» EXERCISE INSTRUCTIONS:
Search the data below for the string "IFCPRODUCTDEFINITIONSHAPE". Extract every line that contains it.
——————
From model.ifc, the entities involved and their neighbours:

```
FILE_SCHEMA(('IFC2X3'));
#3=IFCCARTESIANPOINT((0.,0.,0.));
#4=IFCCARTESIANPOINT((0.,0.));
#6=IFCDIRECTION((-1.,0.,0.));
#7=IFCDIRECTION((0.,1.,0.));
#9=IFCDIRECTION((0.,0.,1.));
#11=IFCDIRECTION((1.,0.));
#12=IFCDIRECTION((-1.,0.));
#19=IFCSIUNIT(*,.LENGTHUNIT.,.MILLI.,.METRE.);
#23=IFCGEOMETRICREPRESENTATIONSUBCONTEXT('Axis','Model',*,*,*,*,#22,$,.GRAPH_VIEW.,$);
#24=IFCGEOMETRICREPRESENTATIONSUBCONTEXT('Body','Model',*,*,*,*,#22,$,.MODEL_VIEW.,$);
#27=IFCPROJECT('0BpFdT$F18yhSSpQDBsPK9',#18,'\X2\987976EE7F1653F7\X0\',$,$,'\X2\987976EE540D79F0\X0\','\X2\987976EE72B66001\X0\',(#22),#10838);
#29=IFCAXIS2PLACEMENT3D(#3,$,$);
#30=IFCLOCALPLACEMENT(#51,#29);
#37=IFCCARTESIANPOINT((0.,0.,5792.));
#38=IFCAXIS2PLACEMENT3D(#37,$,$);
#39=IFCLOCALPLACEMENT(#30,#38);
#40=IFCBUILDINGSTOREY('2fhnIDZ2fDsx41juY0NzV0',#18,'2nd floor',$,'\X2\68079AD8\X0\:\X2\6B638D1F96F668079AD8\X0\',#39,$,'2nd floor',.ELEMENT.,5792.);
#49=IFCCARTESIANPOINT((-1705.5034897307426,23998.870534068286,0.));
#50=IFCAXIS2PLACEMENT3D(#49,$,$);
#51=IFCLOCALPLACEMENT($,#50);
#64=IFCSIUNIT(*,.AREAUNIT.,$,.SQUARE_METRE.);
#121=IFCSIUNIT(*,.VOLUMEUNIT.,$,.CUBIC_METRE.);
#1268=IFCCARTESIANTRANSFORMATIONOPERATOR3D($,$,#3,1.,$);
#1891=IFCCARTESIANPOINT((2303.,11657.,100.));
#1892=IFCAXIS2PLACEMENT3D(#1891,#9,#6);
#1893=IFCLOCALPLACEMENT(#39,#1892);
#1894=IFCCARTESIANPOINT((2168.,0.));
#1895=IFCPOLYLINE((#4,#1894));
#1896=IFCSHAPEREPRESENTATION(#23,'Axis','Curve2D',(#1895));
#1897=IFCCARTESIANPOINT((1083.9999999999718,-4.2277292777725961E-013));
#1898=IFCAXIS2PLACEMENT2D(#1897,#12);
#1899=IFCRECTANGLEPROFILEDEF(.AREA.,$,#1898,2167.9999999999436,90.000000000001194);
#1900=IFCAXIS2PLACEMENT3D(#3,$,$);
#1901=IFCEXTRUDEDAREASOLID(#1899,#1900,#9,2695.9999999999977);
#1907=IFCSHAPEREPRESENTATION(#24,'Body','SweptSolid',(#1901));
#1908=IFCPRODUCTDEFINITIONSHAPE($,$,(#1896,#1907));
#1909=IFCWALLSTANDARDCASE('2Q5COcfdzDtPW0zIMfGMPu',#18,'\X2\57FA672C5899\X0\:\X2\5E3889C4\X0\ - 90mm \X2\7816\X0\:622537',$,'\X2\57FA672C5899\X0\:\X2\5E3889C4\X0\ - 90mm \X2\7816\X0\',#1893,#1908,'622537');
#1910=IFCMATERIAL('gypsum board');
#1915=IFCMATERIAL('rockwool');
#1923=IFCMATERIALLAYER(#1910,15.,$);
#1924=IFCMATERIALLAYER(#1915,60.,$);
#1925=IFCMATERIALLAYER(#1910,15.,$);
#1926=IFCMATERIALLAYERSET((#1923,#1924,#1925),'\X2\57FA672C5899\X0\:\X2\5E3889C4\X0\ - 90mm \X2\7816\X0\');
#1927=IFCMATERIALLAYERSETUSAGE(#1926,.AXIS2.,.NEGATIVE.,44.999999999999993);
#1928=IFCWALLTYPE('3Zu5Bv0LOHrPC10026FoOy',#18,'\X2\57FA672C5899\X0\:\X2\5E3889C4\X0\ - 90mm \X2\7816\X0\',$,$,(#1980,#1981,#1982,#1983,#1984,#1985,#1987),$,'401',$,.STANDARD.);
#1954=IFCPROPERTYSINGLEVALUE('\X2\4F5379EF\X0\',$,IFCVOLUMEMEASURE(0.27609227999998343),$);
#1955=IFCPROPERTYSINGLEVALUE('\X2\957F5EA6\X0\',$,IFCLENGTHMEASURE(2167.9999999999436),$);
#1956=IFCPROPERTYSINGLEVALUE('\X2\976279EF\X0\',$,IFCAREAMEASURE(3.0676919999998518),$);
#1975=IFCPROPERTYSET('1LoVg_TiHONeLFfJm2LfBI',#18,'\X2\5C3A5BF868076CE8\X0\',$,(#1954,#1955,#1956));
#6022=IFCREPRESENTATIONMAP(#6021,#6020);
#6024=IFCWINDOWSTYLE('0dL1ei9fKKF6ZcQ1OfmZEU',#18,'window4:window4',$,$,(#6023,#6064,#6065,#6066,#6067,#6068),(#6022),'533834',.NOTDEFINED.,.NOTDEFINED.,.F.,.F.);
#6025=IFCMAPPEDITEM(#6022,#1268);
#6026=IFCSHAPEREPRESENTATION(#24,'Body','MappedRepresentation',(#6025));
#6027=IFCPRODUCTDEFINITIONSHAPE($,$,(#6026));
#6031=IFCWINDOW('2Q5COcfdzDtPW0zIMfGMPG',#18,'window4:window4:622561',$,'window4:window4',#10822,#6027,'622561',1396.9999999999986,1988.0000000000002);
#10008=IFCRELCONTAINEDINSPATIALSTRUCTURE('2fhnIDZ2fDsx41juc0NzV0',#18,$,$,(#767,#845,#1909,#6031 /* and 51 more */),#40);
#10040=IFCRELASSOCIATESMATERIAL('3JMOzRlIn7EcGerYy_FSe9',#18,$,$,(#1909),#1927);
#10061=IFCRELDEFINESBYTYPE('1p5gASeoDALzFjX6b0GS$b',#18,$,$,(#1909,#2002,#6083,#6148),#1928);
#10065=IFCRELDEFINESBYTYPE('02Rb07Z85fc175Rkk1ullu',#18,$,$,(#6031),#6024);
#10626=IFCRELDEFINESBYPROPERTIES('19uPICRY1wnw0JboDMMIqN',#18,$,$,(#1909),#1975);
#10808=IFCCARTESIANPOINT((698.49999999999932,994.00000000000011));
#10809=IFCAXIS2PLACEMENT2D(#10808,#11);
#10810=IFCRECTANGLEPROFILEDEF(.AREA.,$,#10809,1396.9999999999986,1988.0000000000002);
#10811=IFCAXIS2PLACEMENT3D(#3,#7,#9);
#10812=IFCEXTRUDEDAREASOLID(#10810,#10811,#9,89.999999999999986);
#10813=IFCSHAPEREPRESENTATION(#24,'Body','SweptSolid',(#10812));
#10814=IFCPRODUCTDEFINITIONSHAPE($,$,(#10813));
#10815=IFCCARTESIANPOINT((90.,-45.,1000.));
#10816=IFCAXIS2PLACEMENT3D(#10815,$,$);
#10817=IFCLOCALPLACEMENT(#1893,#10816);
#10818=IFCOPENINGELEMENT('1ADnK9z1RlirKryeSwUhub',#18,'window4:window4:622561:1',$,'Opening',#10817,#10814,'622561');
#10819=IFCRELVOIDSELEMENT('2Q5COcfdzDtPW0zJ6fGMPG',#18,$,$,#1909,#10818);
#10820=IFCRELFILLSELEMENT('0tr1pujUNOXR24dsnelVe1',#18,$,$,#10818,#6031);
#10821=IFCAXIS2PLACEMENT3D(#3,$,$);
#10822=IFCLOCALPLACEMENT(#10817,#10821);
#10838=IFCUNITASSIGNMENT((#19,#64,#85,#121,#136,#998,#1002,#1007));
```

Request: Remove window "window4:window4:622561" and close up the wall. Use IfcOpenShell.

```python
import ifcopenshell
import ifcopenshell.api.feature
import ifcopenshell.api.pset
import ifcopenshell.api.root
import ifcopenshell.geom
import ifcopenshell.util.element
import ifcopenshell.util.shape
import ifcopenshell.util.unit

model = ifcopenshell.open("model.ifc")
area_scale = ifcopenshell.util.unit.calculate_unit_scale(model, "AREAUNIT")
volume_scale = ifcopenshell.util.unit.calculate_unit_scale(model, "VOLUMEUNIT")
settings = ifcopenshell.geom.settings()


def volume(element):
    """Net volume in cubic metres, openings subtracted."""
    shape = ifcopenshell.geom.create_shape(settings, element)
    return ifcopenshell.util.shape.get_volume(shape.geometry)


window = model.by_guid("2Q5COcfdzDtPW0zIMfGMPG")
opening = window.FillsVoids[0].RelatingOpeningElement
wall = opening.VoidsElements[0].RelatingBuildingElement
before = volume(wall)

ifcopenshell.api.root.remove_product(model, product=window)
ifcopenshell.api.feature.remove_feature(model, feature=opening)

after = volume(wall)
thickness = 0.09  # wall thickness in metres

# Update the wall's stored quantities.
pset = model.by_id(ifcopenshell.util.element.get_pset(wall, "尺寸标注", should_inherit=False)["id"])
ifcopenshell.api.pset.edit_pset(model, pset=pset, properties={
    "体积": model.create_entity("IfcVolumeMeasure", after / volume_scale),
    "面积": model.create_entity("IfcAreaMeasure", after / thickness / area_scale),
})

print(f"wall volume {before:.3f} -> {after:.3f} m3")

model.write("model_updated.ifc")
```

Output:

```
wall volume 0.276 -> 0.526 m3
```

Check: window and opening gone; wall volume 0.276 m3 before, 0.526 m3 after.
——————
» OUTPUT FOR THIS EXERCISE:
#1908=IFCPRODUCTDEFINITIONSHAPE($,$,(#1896,#1907));
#6027=IFCPRODUCTDEFINITIONSHAPE($,$,(#6026));
#10814=IFCPRODUCTDEFINITIONSHAPE($,$,(#10813));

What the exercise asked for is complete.